Rostec reconnait qu’un Su-57 biplace aurait permis de le faire voler de conserve avec un drone de combat S-70 Okhotnik, et même à dessein avec un essaim de ces aéronefs sans pilote. Cette option ne serait plus dans les cartons du ministère russe de la défense, en tous cas plus autour d’un binôme Su-57/S-70.

Sur le marché international le projet Megapolis indique bien des touches avec des clients étrangers mais rien de sérieux. Certains pays fortement intéressés par le Sukhoi Su-57 Felon, comme l’Algérie ou l’Égypte, n’auraient pas été considérés comme ayant les reins assez solides pour l’acquérir. Malgré tout le Su-57 demeure la Rolls Royce des avions de combat made-in Russia avec de ce fait un coût supérieur aux autres avions.
Pour autant il n’est pas impossible que le futur Su-57E bénéficie des avancées technologiques liées à Megapolis.

Car c’est vraiment là que le volet modernisation du Sukhoi Su-57 intervient. Deux axes principaux sont concernés : l’avionique et la motorisation. C’est à dire le cerveau et le cœur de l’avion. Comme souvent avec la Russie, elle parle beaucoup mais détaille très peu ! C’est là un héritage de l’URSS. On sait pourtant que sur l’avionique c’est notamment l’interface homme-machine dans le poste de pilotage ou encore l’intuitivité de celui-ci qui va être profondément remise à jour. En gros le glass-cockpit va se généraliser à bord. Une plus grande place devrait aussi faite à l’IA, l’intelligence artificielle.

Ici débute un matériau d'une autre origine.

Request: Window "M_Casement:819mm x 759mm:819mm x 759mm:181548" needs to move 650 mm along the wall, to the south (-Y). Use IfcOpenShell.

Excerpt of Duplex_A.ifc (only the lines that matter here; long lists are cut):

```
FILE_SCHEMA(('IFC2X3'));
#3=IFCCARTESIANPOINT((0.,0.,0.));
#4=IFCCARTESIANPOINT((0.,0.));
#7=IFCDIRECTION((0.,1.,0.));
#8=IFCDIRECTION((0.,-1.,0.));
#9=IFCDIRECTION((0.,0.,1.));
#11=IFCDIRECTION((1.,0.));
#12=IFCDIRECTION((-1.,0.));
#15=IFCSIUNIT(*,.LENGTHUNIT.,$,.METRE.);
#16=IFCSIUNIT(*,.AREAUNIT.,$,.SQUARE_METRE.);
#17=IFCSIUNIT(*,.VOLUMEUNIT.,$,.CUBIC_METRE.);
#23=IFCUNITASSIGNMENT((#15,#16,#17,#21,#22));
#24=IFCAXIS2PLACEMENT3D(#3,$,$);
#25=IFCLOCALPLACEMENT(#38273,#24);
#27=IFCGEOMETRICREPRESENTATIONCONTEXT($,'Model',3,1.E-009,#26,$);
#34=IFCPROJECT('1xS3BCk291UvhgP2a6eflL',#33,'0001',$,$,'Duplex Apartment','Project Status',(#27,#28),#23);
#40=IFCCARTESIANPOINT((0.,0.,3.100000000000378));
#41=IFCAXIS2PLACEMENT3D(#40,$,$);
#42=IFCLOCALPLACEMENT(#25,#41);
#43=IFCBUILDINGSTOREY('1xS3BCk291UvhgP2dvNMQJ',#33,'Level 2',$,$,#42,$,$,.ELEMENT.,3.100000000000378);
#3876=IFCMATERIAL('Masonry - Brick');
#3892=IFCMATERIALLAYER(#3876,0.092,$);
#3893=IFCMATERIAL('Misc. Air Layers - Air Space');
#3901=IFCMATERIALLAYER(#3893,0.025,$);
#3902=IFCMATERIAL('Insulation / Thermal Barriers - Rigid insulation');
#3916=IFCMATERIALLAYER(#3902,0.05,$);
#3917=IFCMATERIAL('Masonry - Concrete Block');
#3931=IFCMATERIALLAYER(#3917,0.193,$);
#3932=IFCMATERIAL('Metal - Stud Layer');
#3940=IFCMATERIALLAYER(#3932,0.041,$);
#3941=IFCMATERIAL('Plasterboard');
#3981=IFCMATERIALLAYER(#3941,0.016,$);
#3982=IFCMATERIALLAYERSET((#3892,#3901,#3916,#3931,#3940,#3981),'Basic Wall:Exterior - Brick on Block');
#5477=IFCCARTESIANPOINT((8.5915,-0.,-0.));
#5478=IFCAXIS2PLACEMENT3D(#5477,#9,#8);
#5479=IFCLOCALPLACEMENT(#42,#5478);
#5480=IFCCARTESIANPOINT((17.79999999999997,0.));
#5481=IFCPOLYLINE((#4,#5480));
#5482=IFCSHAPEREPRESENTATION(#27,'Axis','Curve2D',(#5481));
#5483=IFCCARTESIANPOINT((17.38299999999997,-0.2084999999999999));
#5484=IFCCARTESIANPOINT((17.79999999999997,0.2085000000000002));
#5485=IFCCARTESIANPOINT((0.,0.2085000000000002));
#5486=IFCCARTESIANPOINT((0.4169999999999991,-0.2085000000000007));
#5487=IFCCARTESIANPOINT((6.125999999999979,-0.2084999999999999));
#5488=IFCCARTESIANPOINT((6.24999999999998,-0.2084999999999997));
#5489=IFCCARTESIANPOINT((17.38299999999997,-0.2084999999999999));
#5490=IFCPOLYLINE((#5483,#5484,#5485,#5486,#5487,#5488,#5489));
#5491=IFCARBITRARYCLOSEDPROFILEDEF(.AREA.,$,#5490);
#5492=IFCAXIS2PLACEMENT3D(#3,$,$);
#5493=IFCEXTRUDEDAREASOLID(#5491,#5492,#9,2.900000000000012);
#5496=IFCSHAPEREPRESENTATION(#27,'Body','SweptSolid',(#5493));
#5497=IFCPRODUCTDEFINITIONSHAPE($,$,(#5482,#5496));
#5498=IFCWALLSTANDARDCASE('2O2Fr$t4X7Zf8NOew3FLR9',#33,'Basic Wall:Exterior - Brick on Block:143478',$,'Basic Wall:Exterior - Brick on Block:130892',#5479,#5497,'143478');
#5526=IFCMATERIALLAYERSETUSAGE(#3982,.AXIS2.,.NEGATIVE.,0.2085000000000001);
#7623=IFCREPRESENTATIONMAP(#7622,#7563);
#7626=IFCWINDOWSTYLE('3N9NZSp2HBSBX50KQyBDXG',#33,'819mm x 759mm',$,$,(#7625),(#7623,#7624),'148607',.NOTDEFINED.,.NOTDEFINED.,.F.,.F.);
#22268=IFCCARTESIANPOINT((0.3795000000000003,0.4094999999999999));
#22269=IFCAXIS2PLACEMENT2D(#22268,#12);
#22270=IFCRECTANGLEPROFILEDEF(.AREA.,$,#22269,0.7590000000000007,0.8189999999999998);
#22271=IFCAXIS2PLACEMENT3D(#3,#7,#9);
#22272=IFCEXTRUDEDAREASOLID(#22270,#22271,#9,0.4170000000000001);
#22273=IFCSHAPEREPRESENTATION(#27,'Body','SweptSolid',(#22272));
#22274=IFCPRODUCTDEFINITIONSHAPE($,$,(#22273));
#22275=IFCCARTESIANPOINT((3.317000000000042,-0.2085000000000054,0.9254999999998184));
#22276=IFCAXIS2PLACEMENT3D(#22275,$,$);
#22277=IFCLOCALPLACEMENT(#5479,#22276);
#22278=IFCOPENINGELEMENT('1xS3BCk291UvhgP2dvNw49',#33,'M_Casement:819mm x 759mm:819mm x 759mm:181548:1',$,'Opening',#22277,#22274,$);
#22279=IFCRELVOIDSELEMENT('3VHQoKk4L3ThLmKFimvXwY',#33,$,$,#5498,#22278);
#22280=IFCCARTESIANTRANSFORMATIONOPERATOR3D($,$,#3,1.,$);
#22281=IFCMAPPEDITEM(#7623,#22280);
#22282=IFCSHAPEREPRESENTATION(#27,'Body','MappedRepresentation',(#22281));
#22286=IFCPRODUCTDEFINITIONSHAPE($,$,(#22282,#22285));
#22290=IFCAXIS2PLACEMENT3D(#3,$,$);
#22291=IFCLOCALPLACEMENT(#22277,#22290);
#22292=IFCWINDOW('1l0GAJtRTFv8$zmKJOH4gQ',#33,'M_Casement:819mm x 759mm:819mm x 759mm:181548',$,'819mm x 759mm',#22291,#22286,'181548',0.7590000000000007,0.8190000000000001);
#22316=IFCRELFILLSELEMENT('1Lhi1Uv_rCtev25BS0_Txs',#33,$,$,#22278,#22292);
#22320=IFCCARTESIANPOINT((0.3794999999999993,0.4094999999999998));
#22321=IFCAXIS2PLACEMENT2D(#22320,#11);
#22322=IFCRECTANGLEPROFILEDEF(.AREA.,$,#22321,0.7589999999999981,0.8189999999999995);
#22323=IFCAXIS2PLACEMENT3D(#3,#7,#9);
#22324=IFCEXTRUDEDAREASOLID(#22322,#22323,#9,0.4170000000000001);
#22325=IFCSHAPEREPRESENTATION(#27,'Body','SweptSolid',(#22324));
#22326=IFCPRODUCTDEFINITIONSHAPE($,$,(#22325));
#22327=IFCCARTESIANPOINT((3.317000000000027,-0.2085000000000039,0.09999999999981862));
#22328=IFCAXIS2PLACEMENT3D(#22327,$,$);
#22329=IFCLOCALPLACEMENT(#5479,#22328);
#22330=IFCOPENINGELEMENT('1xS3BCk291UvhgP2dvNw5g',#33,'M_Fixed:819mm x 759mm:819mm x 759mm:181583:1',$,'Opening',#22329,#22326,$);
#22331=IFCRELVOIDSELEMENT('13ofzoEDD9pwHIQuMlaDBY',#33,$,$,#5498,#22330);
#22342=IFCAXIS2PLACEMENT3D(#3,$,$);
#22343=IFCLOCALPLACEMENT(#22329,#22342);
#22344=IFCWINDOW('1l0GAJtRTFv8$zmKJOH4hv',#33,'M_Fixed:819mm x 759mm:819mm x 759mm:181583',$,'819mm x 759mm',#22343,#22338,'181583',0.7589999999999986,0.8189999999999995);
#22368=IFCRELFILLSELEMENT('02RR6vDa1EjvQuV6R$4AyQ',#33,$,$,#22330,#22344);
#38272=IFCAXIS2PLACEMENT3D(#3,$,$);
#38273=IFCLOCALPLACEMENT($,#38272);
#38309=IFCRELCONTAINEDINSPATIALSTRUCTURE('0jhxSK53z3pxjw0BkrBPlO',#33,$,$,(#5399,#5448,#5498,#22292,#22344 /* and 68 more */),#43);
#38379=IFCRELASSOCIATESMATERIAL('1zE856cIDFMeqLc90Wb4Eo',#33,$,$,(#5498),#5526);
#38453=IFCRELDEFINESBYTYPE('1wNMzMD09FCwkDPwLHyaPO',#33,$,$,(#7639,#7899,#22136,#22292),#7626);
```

```python
import ifcopenshell
import ifcopenshell.api.geometry
import ifcopenshell.util.placement

model = ifcopenshell.open("Duplex_A.ifc")

window = model.by_guid("1l0GAJtRTFv8$zmKJOH4gQ")
opening = window.FillsVoids[0].RelatingOpeningElement
wall = opening.VoidsElements[0].RelatingBuildingElement

wall_matrix = ifcopenshell.util.placement.get_local_placement(wall.ObjectPlacement)
shift = wall_matrix[:3, 0] * 0.65
before = ifcopenshell.util.placement.get_local_placement(window.ObjectPlacement)[:3, 3].copy()

# The window is placed relative to its opening, so it follows when the opening moves.
matrix = ifcopenshell.util.placement.get_local_placement(opening.ObjectPlacement)
matrix[:3, 3] += shift
ifcopenshell.api.geometry.edit_object_placement(
    model, product=opening, matrix=matrix, is_si=False, should_transform_children=True
)

after = ifcopenshell.util.placement.get_local_placement(window.ObjectPlacement)[:3, 3]
print("window moved by", (after - before).round(3) + 0.0)

model.write("Duplex_A_rev.ifc")
```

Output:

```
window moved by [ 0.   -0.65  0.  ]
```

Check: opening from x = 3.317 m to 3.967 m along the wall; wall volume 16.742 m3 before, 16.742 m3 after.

De là à y voir une IA copilote il n’y a qu’un pas. Que nous ne franchirons pas.
Sur la motorisation les informations sont différentes puisque contradictoires. Certes tout le monde s’accorde à dire que le réacteur Saturn AL-41F n’est sans doute pas aussi performant que l’on pensait. En outre il semble même que ce dérivé du vieux AL-31 daté de 1981, et qui équipe notamment le Sukhoi Su-27 Flanker depuis ses débuts, ne soit pas assez puissant pour le chasseur russe de 5e génération. L’ajout d’un second étage est donc désormais officiellement annoncé !

Avionique insuffisante et motorisation défaillante, cela fait beaucoup pour un avion que Moscou présentait il y a encore peu comme le nec plus ultra. D’où la modernisation en cours de développement et qui devrait voir le jour sur un prototype à l’horizon du second semestre 2025. D’ici là pourtant la production en série des premiers Sukhoi Su-57 va se poursuivre. Le premier lot de vingt-quatre avions doit être livré en temps et en heures.
Il s’agira donc d’une série de chasseurs sous-motorisés et dotés d’une avionique vieillissante. Quel sera alors la capacité réelle de ces monoplaces ? Nous le saurons sans doute à ce moment là.
Une chose est sûre les pilotes de chasse russes voleront sur un avion qui ne sera pas définitifs. En industrie on dit alors qu’ils voleront sur des machines de présérie. Vingt-quatre avions de présérie en service, ça fait beaucoup.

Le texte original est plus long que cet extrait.